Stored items
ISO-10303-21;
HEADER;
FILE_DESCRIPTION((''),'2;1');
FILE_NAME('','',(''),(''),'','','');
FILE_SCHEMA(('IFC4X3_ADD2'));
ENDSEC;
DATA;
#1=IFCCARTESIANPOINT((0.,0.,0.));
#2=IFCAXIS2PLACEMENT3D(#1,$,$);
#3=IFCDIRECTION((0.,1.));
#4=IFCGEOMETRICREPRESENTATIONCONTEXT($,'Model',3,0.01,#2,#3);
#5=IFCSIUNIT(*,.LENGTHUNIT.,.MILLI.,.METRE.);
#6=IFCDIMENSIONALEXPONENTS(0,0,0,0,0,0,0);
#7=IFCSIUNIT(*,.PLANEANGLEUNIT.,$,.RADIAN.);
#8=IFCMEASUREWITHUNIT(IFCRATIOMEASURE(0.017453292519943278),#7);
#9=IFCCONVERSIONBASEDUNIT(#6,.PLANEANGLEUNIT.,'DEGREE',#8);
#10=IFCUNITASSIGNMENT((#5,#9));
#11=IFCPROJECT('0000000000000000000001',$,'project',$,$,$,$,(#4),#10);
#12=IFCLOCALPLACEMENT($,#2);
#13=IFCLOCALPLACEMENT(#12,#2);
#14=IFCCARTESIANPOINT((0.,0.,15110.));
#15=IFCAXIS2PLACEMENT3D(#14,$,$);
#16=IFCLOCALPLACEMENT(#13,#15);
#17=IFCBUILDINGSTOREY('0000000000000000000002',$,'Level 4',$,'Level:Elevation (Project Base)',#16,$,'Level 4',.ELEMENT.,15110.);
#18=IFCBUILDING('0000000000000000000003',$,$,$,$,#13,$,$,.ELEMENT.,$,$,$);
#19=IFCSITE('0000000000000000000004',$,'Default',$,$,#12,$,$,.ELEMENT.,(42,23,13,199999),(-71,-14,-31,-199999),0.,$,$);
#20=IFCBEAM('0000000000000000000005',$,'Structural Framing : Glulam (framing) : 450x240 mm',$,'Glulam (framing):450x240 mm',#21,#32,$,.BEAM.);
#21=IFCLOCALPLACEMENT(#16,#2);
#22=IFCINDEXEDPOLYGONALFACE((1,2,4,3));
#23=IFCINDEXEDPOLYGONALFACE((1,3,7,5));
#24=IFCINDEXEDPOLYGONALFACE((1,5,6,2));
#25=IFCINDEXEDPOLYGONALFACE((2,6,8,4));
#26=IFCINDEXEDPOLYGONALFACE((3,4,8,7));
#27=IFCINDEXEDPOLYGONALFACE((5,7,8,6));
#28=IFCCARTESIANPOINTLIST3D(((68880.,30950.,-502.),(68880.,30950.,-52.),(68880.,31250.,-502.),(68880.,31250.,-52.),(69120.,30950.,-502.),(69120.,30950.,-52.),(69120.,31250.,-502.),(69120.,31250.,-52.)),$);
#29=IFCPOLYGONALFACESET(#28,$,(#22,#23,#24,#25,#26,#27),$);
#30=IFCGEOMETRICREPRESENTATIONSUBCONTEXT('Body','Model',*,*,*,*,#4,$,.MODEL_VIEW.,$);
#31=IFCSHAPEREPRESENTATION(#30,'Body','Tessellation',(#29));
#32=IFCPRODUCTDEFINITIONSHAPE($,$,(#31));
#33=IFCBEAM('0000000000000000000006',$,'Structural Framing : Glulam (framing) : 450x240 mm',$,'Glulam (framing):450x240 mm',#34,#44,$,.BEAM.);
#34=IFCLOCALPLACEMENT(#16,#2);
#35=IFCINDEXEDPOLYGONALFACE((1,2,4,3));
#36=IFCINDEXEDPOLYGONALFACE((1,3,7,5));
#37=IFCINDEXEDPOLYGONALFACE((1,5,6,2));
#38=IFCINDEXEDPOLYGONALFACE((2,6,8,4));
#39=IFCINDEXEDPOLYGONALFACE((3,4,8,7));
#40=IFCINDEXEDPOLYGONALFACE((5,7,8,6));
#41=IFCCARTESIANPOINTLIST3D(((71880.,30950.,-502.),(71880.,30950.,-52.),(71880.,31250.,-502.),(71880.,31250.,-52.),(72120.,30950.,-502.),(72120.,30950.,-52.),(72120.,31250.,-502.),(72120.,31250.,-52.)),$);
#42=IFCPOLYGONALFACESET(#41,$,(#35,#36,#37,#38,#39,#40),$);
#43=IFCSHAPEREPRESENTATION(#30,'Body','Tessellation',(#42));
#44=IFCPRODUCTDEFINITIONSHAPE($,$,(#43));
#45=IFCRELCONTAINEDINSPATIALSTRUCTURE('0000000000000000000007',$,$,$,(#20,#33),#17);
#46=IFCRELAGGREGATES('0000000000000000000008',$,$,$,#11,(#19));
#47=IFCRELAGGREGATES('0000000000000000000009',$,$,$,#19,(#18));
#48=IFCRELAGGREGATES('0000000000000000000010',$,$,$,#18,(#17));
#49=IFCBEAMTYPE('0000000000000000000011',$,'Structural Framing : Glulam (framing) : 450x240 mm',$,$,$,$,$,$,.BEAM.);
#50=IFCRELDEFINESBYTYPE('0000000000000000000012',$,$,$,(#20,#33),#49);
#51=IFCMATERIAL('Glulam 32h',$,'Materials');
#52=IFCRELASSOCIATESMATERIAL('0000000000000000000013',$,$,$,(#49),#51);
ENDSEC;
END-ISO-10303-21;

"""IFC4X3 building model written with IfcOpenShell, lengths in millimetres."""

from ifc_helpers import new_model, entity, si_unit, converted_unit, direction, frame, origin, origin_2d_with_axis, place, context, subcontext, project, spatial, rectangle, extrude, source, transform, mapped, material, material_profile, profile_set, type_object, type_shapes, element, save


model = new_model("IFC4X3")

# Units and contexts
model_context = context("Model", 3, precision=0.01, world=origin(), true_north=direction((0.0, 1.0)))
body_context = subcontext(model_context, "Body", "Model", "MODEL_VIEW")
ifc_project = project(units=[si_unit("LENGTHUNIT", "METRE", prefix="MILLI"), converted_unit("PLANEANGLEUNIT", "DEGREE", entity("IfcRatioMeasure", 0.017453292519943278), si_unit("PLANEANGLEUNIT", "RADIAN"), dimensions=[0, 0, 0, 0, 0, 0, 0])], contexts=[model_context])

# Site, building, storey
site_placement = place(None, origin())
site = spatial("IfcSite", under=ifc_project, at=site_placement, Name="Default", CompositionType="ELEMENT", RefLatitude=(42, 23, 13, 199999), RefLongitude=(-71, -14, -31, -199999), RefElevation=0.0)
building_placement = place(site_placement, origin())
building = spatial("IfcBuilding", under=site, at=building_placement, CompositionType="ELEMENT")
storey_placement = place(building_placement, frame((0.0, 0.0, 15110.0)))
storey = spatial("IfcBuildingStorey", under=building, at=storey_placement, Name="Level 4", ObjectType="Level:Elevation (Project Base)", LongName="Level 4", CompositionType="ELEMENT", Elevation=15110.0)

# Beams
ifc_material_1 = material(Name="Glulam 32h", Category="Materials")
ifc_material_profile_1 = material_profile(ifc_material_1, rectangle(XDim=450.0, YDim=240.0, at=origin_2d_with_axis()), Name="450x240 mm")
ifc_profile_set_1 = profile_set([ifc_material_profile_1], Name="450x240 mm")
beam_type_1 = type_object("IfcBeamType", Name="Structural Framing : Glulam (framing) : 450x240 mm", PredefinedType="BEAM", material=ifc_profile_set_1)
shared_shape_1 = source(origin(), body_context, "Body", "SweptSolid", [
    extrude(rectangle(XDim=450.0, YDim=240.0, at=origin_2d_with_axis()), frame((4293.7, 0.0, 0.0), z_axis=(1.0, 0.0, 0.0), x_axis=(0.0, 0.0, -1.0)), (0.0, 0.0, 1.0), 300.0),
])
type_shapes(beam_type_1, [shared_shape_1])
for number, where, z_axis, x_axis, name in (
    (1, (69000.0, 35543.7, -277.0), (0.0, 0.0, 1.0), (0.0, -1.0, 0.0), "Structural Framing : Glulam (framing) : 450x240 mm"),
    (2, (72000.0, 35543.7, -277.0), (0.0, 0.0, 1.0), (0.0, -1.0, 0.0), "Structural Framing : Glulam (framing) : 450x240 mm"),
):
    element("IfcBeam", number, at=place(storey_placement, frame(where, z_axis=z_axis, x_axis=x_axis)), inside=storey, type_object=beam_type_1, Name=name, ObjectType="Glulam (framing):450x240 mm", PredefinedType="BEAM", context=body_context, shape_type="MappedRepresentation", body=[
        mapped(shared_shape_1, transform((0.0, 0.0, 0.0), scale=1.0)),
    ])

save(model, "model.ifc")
---
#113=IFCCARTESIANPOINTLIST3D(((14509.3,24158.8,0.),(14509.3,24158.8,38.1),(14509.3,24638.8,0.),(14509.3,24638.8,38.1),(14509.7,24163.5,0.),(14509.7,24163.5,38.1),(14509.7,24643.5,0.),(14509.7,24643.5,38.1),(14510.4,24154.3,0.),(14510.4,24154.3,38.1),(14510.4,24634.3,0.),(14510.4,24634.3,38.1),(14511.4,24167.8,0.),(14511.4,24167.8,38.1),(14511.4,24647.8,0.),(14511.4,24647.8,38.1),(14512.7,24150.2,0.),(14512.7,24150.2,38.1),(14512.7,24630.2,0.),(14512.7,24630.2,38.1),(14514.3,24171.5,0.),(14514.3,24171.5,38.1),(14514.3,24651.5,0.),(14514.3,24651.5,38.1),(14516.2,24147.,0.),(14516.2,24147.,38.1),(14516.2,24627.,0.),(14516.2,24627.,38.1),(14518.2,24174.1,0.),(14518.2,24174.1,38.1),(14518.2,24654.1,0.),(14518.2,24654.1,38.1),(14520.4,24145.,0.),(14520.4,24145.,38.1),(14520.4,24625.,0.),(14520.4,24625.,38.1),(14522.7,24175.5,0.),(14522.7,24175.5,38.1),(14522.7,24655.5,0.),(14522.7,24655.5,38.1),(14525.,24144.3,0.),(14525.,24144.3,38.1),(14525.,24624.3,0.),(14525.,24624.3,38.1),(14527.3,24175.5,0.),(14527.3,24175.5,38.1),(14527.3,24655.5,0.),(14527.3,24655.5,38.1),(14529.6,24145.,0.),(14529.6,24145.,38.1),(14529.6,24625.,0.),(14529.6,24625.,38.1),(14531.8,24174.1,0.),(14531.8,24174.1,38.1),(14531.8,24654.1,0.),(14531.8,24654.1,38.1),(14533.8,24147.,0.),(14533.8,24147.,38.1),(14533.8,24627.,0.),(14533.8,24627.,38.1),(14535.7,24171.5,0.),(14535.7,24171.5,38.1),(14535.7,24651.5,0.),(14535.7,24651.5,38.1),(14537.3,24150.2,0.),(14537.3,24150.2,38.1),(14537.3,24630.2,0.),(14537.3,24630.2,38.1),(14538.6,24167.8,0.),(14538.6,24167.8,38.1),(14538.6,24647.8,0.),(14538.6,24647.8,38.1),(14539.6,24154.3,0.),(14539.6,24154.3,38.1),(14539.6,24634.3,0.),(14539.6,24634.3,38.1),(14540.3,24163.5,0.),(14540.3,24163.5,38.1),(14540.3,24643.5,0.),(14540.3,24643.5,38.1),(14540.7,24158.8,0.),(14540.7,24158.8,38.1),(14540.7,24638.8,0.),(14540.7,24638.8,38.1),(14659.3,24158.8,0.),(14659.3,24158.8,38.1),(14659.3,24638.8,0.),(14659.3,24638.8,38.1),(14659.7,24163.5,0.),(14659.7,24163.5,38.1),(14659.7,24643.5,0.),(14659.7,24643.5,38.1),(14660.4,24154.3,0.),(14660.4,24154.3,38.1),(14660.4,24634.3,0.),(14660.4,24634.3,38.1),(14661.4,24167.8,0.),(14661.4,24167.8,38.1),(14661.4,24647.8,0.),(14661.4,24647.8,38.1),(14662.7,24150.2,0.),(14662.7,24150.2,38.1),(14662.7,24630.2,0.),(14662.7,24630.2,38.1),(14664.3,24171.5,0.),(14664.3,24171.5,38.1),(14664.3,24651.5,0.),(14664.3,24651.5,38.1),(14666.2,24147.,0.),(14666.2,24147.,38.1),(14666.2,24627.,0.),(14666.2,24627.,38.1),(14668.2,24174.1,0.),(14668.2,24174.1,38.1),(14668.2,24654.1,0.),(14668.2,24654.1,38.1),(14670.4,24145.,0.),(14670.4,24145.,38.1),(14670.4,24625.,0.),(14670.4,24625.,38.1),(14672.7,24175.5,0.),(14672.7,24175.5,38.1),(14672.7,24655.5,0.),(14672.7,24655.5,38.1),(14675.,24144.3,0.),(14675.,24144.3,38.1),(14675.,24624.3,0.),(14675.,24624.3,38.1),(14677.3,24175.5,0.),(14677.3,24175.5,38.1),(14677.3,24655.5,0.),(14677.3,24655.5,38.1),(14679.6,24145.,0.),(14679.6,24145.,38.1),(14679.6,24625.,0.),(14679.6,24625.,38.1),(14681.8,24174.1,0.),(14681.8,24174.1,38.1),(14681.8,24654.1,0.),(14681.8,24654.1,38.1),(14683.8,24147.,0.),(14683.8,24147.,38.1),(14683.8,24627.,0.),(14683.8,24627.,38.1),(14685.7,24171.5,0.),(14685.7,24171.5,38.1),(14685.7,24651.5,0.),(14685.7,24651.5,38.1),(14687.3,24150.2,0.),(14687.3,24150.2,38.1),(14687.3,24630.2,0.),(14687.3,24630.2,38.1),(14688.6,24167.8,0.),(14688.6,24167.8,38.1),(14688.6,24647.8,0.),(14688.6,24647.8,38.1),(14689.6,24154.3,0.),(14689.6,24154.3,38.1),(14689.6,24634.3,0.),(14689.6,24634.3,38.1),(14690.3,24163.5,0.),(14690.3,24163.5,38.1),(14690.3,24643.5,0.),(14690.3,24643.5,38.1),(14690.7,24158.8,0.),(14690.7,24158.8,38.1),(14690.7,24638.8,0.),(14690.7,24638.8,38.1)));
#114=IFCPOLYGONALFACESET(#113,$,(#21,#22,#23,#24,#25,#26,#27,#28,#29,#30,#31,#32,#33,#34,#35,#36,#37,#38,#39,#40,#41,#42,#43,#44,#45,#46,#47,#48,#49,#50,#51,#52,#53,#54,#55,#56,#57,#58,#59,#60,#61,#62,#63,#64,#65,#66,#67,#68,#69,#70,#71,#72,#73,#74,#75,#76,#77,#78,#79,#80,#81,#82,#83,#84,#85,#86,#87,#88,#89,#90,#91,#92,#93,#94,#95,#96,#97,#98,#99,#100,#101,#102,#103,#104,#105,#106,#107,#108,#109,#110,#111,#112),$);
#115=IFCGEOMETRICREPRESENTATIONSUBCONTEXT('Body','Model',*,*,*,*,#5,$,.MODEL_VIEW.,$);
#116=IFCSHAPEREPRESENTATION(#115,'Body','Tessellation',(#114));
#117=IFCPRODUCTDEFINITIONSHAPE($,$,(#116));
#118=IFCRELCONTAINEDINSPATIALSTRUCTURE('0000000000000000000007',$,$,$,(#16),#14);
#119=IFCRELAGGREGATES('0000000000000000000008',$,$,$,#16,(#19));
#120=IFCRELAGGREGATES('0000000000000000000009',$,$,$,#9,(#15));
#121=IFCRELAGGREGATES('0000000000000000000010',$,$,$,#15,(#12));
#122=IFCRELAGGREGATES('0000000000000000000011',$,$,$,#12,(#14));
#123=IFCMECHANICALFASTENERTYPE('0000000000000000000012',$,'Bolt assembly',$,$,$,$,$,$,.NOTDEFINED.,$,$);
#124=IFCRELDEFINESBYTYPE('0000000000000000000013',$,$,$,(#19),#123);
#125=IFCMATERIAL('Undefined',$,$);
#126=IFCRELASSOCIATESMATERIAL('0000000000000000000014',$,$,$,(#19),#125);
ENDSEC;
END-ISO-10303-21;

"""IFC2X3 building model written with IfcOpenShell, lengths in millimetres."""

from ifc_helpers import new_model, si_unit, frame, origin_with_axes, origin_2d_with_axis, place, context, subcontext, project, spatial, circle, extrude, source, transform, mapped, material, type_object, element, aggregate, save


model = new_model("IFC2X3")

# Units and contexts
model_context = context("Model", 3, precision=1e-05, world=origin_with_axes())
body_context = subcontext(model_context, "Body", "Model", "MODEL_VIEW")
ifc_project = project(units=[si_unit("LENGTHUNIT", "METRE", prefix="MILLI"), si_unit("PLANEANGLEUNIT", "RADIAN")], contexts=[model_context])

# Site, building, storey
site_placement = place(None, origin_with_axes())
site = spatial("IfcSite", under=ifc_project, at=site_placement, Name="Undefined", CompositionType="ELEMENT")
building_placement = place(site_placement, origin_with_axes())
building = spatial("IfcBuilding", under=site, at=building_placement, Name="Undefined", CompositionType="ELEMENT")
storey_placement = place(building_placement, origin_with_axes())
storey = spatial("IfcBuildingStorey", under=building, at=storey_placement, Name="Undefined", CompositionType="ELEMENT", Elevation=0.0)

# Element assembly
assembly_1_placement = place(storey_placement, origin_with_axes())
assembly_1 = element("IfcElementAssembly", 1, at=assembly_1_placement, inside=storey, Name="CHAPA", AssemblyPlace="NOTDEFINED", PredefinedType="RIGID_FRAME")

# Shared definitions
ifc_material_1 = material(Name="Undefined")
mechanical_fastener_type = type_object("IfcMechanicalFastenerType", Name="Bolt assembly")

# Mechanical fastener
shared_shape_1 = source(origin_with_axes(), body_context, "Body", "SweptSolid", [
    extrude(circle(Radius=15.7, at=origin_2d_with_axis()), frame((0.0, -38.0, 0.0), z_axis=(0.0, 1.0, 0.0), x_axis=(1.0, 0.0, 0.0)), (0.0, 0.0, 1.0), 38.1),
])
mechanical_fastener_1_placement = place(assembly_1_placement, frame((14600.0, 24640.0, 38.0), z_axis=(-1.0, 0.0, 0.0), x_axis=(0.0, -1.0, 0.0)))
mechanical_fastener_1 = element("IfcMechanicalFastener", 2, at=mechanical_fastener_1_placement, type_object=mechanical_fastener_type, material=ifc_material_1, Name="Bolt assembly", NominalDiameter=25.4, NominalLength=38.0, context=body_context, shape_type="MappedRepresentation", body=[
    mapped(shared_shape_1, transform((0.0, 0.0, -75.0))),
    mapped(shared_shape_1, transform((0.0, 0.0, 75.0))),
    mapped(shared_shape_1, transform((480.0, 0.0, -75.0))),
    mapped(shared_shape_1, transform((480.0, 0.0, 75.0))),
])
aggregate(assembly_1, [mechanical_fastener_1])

§ **WHAT NEEDS TO BE DONE**: Starting with the line with "#26=IFCINDEXEDPOLYGONALFACE((3,4,8,7));" above and going on through the line with "#40=IFCINDEXEDPOLYGONALFACE((5,7,8,6));", transcribe every line exactly, both ends included, and add nothing.

§ **EXERCISE RESULT**:
#26=IFCINDEXEDPOLYGONALFACE((3,4,8,7));
#27=IFCINDEXEDPOLYGONALFACE((5,7,8,6));
#28=IFCCARTESIANPOINTLIST3D(((68880.,30950.,-502.),(68880.,30950.,-52.),(68880.,31250.,-502.),(68880.,31250.,-52.),(69120.,30950.,-502.),(69120.,30950.,-52.),(69120.,31250.,-502.),(69120.,31250.,-52.)),$);
#29=IFCPOLYGONALFACESET(#28,$,(#22,#23,#24,#25,#26,#27),$);
#30=IFCGEOMETRICREPRESENTATIONSUBCONTEXT('Body','Model',*,*,*,*,#4,$,.MODEL_VIEW.,$);
#31=IFCSHAPEREPRESENTATION(#30,'Body','Tessellation',(#29));
#32=IFCPRODUCTDEFINITIONSHAPE($,$,(#31));
#33=IFCBEAM('0000000000000000000006',$,'Structural Framing : Glulam (framing) : 450x240 mm',$,'Glulam (framing):450x240 mm',#34,#44,$,.BEAM.);
#34=IFCLOCALPLACEMENT(#16,#2);
#35=IFCINDEXEDPOLYGONALFACE((1,2,4,3));
#36=IFCINDEXEDPOLYGONALFACE((1,3,7,5));
#37=IFCINDEXEDPOLYGONALFACE((1,5,6,2));
#38=IFCINDEXEDPOLYGONALFACE((2,6,8,4));
#39=IFCINDEXEDPOLYGONALFACE((3,4,8,7));
#40=IFCINDEXEDPOLYGONALFACE((5,7,8,6));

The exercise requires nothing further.